The implication of the shared rebound DEGs/DMGs in MS was investigated by considering a list of MS-associated genes obtained by combining the database DisGeNET [22] and the latest GWAS in MS [23]. Of note, the rebound DEGs/DMGs that were MS-specific, i.e., only rebounded in MS, were not significantly enriched in MS-associated genes (data not shown), whereas the shared rebound DEGs/DMGs were significantly enriched (OR = 1.6–2.5, p ≤ 0.05 as determined by Fisher’s exact test, Additional file 1: Fig. S10), highlighting that the changes relevant for MS are affected and modulated by pregnancy itself, and not specific to the disease.
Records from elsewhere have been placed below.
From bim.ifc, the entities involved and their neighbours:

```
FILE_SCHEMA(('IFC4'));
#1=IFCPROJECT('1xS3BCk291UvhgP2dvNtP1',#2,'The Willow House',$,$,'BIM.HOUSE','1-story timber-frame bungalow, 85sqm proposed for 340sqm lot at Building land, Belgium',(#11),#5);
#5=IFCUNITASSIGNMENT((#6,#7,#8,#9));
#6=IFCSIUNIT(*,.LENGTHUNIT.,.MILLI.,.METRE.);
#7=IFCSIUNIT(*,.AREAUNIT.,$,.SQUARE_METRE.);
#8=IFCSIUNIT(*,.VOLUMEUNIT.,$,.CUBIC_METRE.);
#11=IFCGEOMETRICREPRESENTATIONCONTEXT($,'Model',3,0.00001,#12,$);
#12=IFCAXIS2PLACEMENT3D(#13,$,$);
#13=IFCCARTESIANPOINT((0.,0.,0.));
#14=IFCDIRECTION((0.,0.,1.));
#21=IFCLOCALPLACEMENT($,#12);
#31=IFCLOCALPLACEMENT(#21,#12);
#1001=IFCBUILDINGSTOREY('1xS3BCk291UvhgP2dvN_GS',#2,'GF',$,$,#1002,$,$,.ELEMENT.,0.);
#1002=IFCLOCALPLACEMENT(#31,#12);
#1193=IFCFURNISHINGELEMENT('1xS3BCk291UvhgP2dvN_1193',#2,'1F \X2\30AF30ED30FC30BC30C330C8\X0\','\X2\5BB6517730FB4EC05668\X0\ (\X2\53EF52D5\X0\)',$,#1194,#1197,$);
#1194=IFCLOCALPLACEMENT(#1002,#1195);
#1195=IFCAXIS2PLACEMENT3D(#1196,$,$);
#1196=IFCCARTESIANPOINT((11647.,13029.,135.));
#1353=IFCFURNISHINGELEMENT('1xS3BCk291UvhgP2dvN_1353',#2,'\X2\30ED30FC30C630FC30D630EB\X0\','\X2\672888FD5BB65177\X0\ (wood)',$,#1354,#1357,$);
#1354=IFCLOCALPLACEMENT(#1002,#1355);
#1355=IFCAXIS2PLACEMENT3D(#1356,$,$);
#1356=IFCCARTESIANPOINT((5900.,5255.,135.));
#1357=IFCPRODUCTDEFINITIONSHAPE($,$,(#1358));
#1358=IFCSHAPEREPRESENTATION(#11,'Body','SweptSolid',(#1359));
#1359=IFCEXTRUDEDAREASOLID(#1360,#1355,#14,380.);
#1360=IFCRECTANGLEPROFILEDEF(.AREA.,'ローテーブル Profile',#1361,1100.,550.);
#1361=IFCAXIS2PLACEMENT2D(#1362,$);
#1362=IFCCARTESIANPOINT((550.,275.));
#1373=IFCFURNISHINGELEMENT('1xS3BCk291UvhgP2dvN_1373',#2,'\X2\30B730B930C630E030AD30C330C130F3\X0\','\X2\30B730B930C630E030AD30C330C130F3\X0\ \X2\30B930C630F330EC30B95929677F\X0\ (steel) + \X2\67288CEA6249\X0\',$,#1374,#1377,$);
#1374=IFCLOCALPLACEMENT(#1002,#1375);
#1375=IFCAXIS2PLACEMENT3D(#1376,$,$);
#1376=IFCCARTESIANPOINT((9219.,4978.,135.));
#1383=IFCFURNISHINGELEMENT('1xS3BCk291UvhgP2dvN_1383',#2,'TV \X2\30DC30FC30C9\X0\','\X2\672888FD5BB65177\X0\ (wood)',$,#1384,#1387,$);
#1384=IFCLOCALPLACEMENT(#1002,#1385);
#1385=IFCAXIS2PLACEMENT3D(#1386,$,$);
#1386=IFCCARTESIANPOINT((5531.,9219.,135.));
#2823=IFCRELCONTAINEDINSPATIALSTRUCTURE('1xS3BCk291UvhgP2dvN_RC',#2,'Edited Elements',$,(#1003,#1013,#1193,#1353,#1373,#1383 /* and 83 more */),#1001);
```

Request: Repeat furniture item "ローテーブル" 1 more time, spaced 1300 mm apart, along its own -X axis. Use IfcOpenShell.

```python
import ifcopenshell
import ifcopenshell.api.geometry
import ifcopenshell.api.root
import ifcopenshell.util.element
import ifcopenshell.util.placement

model = ifcopenshell.open("bim.ifc")


def reuse_history(source, copy):
    """copy_class also copies each property set's owner history, people and application; keep the originals."""
    for rel in copy.IsDefinedBy:
        if rel.is_a("IfcRelDefinesByProperties") and (history := rel.RelatingPropertyDefinition.OwnerHistory):
            rel.RelatingPropertyDefinition.OwnerHistory = source.OwnerHistory
            ifcopenshell.util.element.remove_deep2(model, history)


source = model.by_guid("1xS3BCk291UvhgP2dvN_1353")
base = ifcopenshell.util.placement.get_local_placement(source.ObjectPlacement)
step = -base[:3, 0] * 1300.0

for i in range(1, 2):
    copy = ifcopenshell.api.root.copy_class(model, product=source)
    copy.Representation = ifcopenshell.util.element.copy_deep(
        model, source.Representation, exclude=["IfcGeometricRepresentationContext", "IfcRepresentationMap"]
    )
    reuse_history(source, copy)
    matrix = base.copy()
    matrix[:3, 3] += i * step
    print("added at", matrix[:3, 3].round(3) + 0.0)
    ifcopenshell.api.geometry.edit_object_placement(model, product=copy, matrix=matrix, is_si=False)

model.write("bim_edited.ifc")
```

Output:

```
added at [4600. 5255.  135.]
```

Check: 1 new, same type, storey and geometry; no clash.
Interestingly, the shared rebound DEGs/DMGs were also significantly enriched for genes affected during our in vitro T cell activation (CD4⁺ OR = 3.2, p = 2.1 × 10^–13, CD8⁺ OR = 2.5, p = 6.7 × 10^–6), suggesting their potential importance in T cell regulation (Additional file 1: Fig. S10). Surprisingly, even though for example the JAK–STAT signaling pathway was significantly enriched in CD4⁺ T cells in both omics (Additional file 1: Fig. S10), there was little to no overlap between the DEGs and DMGs in either CD4⁺ or CD8⁺ T cells; more precisely, the overlap was only 2 out of 106/98 (DEGs/DMGs) in CD4⁺ HC, 48 out of 158/8,850 in CD8⁺ HC, 0 out of 84/45 in CD4⁺ MS, and 0 out of 49/258 in CD8⁺ MS.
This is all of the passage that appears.